On Wed, Feb 25, 2009 at 7:47 PM, Martin Wierschin <mar...@nisus.com> wrote:
> Hello everyone,
>
> Forgive me if this has already been answered, but my searches through the
> archive didn't turn up anything.
>
> The situation is that I need to allow users to rename files within my
> application. The name of the file is displayed in an NSTableView, and the
> delegate method "tableView:setObjectValue:etc" triggers the underlying file
> to be renamed.
>
> A problem arises when a file contains special/reserved characters, eg: the
> dreaded backslash/colon. There's the handy -[NSFileManager
> displayNameAtPath:] which seems to convert colons in paths to backslashes
> for display, but no inverse. How am I to convert whatever name the user has
> entered to a form suitable for use with "stringByAppendingPathComponent:"?
>
> Likewise, what about validation? I don't believe a user can use a colon ":"
> on an HFS file system (at least my Finder doesn't allow it). I would expect
> a method on NSFileManager like "pathNameForDisplayName:" that returns nil if
> the name is illegal on the underlying file system. I hate to hardcode any of
> these characters.

There are only two characters which absolutely must be avoided in any pathname.

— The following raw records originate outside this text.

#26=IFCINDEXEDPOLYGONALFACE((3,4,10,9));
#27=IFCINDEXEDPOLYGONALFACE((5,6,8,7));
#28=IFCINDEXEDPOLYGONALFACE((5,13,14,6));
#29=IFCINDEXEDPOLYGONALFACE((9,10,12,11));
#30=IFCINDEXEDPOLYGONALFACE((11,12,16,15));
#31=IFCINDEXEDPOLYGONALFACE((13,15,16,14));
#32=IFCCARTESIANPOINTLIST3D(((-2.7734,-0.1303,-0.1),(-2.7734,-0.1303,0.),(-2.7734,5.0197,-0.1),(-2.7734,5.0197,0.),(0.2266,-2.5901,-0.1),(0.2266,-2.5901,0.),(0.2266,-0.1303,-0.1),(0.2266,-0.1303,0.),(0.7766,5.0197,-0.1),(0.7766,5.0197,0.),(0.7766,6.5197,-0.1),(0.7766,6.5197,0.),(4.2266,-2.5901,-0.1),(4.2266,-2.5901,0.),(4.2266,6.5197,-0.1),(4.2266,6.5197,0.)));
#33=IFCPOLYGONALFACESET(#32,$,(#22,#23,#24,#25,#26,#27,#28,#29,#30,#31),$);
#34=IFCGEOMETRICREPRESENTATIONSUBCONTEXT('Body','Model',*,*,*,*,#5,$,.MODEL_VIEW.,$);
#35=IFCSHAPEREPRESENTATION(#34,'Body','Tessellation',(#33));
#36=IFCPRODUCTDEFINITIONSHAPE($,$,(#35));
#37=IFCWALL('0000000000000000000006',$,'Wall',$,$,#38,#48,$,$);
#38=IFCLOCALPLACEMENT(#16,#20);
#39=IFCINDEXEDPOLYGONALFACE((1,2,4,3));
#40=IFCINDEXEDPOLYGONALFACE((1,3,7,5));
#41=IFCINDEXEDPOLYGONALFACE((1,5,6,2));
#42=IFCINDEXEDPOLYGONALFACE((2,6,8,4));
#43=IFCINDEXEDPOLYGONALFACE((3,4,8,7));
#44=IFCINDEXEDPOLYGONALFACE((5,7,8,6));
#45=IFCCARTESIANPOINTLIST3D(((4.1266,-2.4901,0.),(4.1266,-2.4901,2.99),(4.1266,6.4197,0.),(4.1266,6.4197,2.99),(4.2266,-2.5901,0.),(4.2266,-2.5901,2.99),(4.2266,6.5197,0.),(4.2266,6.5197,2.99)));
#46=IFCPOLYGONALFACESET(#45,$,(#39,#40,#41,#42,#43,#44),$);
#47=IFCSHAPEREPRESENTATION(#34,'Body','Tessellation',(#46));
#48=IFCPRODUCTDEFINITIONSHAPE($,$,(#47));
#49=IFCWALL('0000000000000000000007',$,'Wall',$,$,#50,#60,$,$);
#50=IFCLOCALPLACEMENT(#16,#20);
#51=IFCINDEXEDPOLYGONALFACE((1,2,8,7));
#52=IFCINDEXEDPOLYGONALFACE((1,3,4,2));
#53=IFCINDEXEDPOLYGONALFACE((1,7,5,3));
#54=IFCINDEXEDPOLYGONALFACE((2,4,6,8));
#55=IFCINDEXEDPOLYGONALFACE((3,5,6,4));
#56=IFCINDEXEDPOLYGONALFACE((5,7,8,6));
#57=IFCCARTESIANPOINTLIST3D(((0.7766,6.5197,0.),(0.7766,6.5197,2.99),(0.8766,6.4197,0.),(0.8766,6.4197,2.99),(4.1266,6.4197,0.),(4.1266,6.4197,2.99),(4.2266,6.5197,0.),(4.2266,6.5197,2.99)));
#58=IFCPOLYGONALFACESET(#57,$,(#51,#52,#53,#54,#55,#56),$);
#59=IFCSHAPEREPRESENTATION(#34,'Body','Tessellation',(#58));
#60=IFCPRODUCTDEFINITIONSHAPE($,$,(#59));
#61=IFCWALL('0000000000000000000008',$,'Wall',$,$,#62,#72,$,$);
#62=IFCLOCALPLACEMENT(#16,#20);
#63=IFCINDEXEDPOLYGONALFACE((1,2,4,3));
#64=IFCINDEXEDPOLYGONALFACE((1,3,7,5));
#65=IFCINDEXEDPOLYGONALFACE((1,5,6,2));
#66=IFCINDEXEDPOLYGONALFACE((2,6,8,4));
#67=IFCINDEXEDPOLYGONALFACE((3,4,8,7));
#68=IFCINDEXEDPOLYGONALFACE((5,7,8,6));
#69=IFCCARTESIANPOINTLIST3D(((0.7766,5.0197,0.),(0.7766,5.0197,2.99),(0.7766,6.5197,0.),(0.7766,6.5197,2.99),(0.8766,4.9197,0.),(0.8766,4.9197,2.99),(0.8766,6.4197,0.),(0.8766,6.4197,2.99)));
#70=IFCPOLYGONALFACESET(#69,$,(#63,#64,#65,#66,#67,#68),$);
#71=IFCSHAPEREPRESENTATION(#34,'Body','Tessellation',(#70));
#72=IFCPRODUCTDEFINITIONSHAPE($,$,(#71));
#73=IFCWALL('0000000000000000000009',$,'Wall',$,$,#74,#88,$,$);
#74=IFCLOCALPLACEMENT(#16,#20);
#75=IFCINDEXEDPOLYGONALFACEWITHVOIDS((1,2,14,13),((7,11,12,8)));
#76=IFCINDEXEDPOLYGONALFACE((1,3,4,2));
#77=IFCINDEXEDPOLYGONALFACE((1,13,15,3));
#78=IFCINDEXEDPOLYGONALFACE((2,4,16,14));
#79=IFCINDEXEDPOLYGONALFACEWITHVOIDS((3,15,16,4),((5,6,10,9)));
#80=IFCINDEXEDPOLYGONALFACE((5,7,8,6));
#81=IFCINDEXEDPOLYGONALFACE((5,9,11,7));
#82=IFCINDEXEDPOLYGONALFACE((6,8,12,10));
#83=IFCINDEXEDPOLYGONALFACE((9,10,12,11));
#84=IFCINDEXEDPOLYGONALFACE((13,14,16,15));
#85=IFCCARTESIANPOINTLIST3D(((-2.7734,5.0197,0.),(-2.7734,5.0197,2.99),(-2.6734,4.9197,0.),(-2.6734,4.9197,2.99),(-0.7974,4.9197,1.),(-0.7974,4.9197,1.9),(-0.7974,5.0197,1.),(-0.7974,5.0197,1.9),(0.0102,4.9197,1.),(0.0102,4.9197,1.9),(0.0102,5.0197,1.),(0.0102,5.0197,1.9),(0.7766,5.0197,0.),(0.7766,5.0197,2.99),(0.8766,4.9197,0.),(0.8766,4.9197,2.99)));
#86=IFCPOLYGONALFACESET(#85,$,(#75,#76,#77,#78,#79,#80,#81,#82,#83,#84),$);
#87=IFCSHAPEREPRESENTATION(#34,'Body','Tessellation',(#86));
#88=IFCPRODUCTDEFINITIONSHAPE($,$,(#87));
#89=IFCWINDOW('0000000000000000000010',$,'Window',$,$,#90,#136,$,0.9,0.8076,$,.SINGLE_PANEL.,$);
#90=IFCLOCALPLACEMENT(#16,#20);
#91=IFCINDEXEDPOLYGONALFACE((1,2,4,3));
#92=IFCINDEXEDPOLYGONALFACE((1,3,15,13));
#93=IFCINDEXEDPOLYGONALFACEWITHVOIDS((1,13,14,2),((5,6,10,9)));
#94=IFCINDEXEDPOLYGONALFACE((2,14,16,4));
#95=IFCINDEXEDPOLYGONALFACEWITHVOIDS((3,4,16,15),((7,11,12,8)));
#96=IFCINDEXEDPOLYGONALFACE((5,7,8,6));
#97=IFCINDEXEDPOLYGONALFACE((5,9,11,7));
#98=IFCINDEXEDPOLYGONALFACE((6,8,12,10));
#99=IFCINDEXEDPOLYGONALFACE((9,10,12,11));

The first is the slash (/). Note, NOT a backslash (\), that one is
fine. Slash is the path separator and thus can't exist in a filename.

The second is the NUL character, which is unichar 0. Rarely a problem,
but it will confuse the API if you have it in your strings.

That's it. Everything else works.

Except it doesn't, because each filesystem is different. The above is
true for HFS+, it is NOT true for FAT32, which has a whole bunch of
other characters which are illegal.

This is the bad news: there is NO way to tell what those characters are.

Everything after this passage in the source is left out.